Problem statement » This exercise calls for every line of the data below with the string "more" in it.

Dataset entries
[Start of section]

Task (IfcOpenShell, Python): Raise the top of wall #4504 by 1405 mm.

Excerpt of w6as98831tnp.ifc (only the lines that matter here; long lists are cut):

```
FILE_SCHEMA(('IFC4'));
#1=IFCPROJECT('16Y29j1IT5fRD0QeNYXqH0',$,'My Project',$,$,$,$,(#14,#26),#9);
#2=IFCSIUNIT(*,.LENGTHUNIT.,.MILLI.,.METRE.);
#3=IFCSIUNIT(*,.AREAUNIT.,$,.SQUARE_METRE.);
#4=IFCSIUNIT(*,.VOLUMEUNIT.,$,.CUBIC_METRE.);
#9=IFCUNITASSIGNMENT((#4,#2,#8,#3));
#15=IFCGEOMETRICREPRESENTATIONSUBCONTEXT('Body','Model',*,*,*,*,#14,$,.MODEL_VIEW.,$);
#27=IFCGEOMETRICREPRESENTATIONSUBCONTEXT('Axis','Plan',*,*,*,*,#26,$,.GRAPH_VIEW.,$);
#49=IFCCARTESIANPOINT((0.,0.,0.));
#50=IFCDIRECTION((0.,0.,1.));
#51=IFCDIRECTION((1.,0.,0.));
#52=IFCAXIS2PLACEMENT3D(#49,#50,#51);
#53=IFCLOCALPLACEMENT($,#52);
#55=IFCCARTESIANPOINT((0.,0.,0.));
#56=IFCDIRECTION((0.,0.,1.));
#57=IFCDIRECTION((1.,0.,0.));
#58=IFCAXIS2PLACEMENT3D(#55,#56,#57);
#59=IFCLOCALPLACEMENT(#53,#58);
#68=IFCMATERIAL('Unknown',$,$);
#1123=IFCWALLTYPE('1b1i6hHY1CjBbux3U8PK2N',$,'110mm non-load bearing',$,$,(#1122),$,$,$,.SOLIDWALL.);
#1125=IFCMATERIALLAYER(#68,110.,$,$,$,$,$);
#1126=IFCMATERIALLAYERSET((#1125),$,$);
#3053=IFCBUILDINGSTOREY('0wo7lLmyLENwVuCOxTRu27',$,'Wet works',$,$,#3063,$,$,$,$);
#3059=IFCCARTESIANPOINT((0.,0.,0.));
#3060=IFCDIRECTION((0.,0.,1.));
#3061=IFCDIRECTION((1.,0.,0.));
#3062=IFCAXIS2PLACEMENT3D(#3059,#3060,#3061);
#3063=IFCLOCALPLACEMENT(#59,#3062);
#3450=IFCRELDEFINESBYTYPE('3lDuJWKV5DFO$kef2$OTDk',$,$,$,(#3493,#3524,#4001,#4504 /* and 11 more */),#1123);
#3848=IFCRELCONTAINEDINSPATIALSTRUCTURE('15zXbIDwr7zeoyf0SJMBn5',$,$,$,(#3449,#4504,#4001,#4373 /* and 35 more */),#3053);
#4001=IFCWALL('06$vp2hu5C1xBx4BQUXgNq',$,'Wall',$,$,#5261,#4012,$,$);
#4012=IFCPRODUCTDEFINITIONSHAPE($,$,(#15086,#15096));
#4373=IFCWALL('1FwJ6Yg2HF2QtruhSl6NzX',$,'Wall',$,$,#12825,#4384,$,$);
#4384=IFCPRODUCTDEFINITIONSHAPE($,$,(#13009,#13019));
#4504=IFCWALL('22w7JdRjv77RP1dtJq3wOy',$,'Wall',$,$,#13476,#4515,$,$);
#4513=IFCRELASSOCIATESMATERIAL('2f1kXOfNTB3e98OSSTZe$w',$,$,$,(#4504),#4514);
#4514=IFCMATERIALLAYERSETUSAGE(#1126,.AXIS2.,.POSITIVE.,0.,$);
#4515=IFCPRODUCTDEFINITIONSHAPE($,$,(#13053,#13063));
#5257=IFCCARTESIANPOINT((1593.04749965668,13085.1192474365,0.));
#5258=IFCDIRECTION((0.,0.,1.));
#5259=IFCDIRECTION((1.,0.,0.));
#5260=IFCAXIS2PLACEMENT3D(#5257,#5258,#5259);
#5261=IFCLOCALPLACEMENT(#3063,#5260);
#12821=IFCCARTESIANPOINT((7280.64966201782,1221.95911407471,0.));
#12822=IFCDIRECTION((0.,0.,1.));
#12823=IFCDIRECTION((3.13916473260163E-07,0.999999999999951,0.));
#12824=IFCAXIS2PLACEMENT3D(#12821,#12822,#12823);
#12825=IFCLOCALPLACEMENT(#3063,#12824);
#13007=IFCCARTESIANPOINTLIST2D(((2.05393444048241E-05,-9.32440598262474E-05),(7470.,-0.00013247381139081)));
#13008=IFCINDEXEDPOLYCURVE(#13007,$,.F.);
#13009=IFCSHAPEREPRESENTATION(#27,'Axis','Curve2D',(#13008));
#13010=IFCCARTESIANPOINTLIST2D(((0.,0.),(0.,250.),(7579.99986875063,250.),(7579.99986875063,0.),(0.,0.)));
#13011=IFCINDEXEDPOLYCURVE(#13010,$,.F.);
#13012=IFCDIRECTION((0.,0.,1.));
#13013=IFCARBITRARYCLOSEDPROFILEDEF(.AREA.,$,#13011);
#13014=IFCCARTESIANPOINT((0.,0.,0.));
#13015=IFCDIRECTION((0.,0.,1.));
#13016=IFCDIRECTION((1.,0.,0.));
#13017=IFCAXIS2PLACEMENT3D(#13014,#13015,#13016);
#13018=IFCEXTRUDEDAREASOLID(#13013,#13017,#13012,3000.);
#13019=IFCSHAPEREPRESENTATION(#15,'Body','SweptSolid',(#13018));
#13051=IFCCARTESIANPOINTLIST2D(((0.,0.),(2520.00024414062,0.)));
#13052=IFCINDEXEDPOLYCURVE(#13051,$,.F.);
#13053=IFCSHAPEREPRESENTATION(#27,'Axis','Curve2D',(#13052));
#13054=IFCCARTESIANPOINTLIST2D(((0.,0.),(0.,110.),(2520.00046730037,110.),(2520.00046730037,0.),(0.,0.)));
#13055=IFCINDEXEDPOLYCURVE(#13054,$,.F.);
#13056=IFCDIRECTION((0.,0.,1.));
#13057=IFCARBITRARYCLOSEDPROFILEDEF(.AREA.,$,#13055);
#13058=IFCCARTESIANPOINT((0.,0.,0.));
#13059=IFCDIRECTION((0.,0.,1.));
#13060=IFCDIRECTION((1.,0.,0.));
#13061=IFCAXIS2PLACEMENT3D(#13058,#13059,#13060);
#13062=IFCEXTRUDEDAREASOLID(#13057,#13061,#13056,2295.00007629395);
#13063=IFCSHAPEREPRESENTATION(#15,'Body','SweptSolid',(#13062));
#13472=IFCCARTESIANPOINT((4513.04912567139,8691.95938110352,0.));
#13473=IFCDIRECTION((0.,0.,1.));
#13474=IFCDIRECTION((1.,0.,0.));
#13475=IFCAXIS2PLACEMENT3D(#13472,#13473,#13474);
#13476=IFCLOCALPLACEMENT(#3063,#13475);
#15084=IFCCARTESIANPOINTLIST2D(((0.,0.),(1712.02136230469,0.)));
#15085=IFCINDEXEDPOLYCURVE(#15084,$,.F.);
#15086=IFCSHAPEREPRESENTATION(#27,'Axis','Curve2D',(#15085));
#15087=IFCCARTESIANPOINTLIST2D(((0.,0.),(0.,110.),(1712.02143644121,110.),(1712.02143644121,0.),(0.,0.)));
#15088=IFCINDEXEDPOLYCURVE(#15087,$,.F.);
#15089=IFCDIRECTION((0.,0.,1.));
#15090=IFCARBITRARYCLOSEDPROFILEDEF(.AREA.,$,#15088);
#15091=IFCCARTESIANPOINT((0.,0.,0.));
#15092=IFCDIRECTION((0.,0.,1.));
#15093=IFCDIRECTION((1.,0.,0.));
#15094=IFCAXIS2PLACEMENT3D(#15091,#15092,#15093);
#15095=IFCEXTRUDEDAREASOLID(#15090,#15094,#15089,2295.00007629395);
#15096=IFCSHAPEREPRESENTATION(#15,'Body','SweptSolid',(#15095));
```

```python
import ifcopenshell
import ifcopenshell.geom
import ifcopenshell.util.representation
import ifcopenshell.util.shape
import ifcopenshell.util.unit

model = ifcopenshell.open("w6as98831tnp.ifc")
unit_scale = ifcopenshell.util.unit.calculate_unit_scale(model)
settings = ifcopenshell.geom.settings()


def volume(element):
    """Net volume in cubic metres, openings subtracted."""
    shape = ifcopenshell.geom.create_shape(settings, element)
    return ifcopenshell.util.shape.get_volume(shape.geometry)


wall = model.by_guid("22w7JdRjv77RP1dtJq3wOy")
before = volume(wall)

body = ifcopenshell.util.representation.get_representation(wall, "Model", "Body")
solid = body.Items[0]
old_height = solid.Depth
solid.Depth += 1.405 / unit_scale
after = volume(wall)

print(f"height {old_height:g} -> {solid.Depth:g}, volume {before:.3f} -> {after:.3f} m3")

model.write("w6as98831tnp_updated.ifc")
```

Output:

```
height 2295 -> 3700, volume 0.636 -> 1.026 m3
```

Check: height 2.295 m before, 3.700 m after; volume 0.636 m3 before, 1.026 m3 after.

[End of section]

Solved problem »
#3450=IFCRELDEFINESBYTYPE('3lDuJWKV5DFO$kef2$OTDk',$,$,$,(#3493,#3524,#4001,#4504 /* and 11 more */),#1123);
#3848=IFCRELCONTAINEDINSPATIALSTRUCTURE('15zXbIDwr7zeoyf0SJMBn5',$,$,$,(#3449,#4504,#4001,#4373 /* and 35 more */),#3053);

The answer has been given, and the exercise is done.